FILE - In this June 1942 file photo, Philadelphia Athletics pitcher Dick Fowler poses for photos in Philadelphia. Memories came rushing back for Candice Ballouli when she heard about the no-hitter by Seattle’s James Paxton against Toronto. The only other major league hitter pitched by a Canadian was by her father. Dick Fowler accomplished the feat for the Athletics against the St. Louis Browns at Shibe Park in a doubleheader nightcap on Sept. 9, 1945. (AP Photo/Jules Schick, File)

A look at the other Canadian no-hitter: Dick Fowler’s 1945 gem for the Athletics

TORONTO — The memories came rushing back for Candice Ballouli when she heard about Canadian pitcher James Paxton’s performance for the Seattle Mariners on Tuesday night in Toronto.

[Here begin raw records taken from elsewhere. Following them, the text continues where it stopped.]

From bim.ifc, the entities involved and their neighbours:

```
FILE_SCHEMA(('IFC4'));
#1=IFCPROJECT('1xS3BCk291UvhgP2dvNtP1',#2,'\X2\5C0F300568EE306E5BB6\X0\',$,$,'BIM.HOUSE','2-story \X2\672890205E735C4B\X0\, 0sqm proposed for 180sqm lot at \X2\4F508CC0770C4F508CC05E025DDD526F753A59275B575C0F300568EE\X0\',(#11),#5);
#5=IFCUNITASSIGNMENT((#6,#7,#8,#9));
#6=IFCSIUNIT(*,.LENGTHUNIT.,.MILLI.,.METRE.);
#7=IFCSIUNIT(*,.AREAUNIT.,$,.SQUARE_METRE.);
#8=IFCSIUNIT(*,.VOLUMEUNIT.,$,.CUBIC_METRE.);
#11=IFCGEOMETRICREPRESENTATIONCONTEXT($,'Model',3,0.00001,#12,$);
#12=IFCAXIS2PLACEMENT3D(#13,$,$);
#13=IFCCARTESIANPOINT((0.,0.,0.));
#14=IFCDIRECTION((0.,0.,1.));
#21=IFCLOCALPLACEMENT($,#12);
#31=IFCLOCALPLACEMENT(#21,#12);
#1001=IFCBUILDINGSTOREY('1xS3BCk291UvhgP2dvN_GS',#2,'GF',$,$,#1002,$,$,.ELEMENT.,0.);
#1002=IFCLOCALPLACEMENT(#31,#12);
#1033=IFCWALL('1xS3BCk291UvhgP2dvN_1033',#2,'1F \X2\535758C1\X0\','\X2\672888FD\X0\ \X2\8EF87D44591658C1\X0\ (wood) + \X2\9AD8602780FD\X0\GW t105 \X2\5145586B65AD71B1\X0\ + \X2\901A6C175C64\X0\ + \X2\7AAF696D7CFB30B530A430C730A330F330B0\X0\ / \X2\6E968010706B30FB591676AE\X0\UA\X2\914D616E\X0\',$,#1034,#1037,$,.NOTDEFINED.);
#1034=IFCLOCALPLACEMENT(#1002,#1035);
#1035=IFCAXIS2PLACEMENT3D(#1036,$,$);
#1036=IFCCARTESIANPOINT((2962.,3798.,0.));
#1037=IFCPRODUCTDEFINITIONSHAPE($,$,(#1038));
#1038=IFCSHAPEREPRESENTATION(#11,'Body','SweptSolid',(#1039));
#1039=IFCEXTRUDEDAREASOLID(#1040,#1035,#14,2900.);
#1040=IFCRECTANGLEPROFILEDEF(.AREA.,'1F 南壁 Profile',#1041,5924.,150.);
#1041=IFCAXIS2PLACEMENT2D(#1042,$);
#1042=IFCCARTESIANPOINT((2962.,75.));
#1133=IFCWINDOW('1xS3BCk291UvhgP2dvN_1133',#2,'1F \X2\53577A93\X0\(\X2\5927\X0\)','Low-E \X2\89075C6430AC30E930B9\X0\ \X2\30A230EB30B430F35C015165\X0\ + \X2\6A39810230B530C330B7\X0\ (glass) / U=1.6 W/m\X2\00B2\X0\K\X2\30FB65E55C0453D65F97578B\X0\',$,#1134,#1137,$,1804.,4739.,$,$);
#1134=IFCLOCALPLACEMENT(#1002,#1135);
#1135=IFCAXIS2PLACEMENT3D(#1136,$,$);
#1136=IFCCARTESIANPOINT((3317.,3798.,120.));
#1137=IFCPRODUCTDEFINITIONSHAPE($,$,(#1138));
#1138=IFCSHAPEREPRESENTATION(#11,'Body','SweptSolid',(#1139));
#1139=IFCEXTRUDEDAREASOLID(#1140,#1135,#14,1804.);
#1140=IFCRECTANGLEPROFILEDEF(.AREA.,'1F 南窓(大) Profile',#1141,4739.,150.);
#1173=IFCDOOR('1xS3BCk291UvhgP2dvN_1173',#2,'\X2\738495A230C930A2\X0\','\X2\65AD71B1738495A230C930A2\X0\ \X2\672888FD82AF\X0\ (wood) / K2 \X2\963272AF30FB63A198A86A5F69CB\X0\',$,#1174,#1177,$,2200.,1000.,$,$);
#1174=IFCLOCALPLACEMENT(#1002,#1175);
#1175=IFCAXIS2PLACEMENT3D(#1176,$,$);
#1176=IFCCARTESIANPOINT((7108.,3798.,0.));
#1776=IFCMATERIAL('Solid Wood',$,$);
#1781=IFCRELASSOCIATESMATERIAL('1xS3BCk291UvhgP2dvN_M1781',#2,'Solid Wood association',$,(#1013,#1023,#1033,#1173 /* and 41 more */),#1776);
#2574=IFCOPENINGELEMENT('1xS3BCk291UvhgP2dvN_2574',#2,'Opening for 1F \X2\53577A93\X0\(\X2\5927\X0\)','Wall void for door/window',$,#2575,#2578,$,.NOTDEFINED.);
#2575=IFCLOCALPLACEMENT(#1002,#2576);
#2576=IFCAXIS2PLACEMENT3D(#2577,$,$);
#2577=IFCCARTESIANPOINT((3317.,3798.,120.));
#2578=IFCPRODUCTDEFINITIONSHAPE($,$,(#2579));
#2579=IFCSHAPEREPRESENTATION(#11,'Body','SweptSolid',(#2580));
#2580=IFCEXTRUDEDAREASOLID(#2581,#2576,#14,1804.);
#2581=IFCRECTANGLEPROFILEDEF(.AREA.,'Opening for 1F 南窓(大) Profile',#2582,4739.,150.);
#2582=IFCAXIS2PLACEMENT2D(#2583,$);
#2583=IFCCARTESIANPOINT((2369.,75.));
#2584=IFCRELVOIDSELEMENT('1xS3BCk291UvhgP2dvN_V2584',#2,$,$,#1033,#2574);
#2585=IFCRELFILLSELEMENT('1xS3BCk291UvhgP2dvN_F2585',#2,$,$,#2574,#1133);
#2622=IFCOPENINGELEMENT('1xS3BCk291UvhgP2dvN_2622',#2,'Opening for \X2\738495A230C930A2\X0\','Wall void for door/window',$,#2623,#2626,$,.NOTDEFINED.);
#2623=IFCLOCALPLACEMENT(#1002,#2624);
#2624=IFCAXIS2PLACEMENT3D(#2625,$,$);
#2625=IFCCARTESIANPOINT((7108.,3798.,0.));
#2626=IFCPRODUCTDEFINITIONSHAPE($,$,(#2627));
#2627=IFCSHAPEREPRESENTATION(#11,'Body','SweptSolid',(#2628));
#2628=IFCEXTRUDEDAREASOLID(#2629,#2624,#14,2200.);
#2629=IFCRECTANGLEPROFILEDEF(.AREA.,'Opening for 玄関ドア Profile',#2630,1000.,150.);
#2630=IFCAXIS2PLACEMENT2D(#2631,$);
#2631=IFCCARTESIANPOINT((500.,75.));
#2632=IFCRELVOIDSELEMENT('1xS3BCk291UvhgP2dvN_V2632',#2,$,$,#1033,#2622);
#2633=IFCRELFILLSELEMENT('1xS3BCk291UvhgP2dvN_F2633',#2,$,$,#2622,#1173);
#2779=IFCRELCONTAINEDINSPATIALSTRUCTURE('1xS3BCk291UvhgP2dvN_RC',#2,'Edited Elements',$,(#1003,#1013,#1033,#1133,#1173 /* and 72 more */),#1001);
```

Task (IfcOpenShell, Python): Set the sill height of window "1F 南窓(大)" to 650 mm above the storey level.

```python
import numpy as np
import ifcopenshell
import ifcopenshell.api.geometry
import ifcopenshell.geom
import ifcopenshell.util.element
import ifcopenshell.util.placement
import ifcopenshell.util.shape
import ifcopenshell.util.unit

model = ifcopenshell.open("bim.ifc")
unit_scale = ifcopenshell.util.unit.calculate_unit_scale(model)

window = model.by_guid("1xS3BCk291UvhgP2dvN_1133")
opening = window.FillsVoids[0].RelatingOpeningElement
storey = ifcopenshell.util.element.get_container(window, ifc_class="IfcBuildingStorey")
level = ifcopenshell.util.placement.get_local_placement(storey.ObjectPlacement)[2, 3]

# The opening's origin need not be at the sill, so measure its lowest point.
shape = ifcopenshell.geom.create_shape(ifcopenshell.geom.settings(), opening)
bottom = ifcopenshell.util.shape.get_shape_bottom_elevation(shape, shape.geometry) / unit_scale
dz = level + 650.0 - bottom

shift = np.array([0.0, 0.0, dz])
# The window is not placed relative to its opening, so move both.
for product in (opening, window):
    matrix = ifcopenshell.util.placement.get_local_placement(product.ObjectPlacement)
    matrix[:3, 3] += shift
    ifcopenshell.api.geometry.edit_object_placement(model, product=product, matrix=matrix, is_si=False)

print(f"moved by {dz * unit_scale:+.3f} m")

model.write("bim_edited.ifc")
```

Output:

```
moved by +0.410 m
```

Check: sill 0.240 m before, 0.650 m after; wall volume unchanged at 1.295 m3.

She thought back to the time she had spent with her father — Richard (Dick) Fowler — the only other Canadian to throw a no-hitter in the major leagues. Fowler, who had a 10-year career with the Philadelphia Athletics, held the St. Louis Browns hitless in a 1-0 win at Shibe Park in September 1945.

Paxton allowed three walks in a 5-0 win over the Blue Jays at Rogers Centre. The home and road broadcasters frequently weighed in on his Canadian roots during the game and often included details on Fowler’s performance from nearly 73 years ago.

“I didn’t sleep much last night because everybody was just letting me know,” Ballouli said. “It was very heartwarming and really emotional.”

Ballouli was a toddler when Fowler was wrapping up his big-league career. Reached Wednesday in Santa Clara, Calif., she recalled the fond memories of being bounced on her father’s knee and playing catch with him after he retired.

She heard from a number of friends and family members once Paxton completed the feat.

“It’s just amazing,” she said. “I was surprised that it hadn’t been done since ‘45. It made it really special.”

Unlike Paxton, Fowler was in the dugout when his no-hitter was completed. He allowed four walks over nine hitless innings before Irv Hall drove in Hal Peck for a 1-0 walkoff victory.

“It was a wonderful feeling when we got that one run,” Fowler said in the St. Louis Post-Dispatch game story. “I got a thrill all over.”

The six-foot-five right-hander played for the Toronto Maple Leafs of the International League in 1940 before the Athletics purchased his contract later in the year. He made four starts for Philadelphia in 1941 and made 31 appearances the following season, including one game where he pitched 16 innings in a 1-0 loss.

The Toronto native served with the Canadian Army for about three years during the Second World War before returning to the Athletics in 1945. He made two relief appearances before tossing the no-hitter in front of 16,755 fans in Game 2 of a double-header that breezed along in just one hour 15 minutes.

Lou Finney gave Fowler a scare in the top of the ninth inning that day with a deep drive to right field that was foul. In the bottom half, Peck led off with a triple and scored on Hall’s single to centre field off hard-luck Browns starter Ox Miller.

“When he threw his no-hitter, that was his first game back (as a starter),” Ballouli said. “That was always special to me.”

Fowler, who settled in Oneonta, N.Y., was a workhorse for the Athletics, throwing at least 200 innings per season from 1946-49.

He finished his career with a 66-79 record and 4.11 earned-run average over 221 appearances (170 starts).

“They have his no-hitter ball in the Hall of Fame in Cooperstown, which was always something special when I took the grandkids to go see that,” Ballouli said. “That was always a special memory too.”

Fowler was 51 when he died in 1972.

He was posthumously inducted into the Canadian Baseball Hall of Fame in 1985.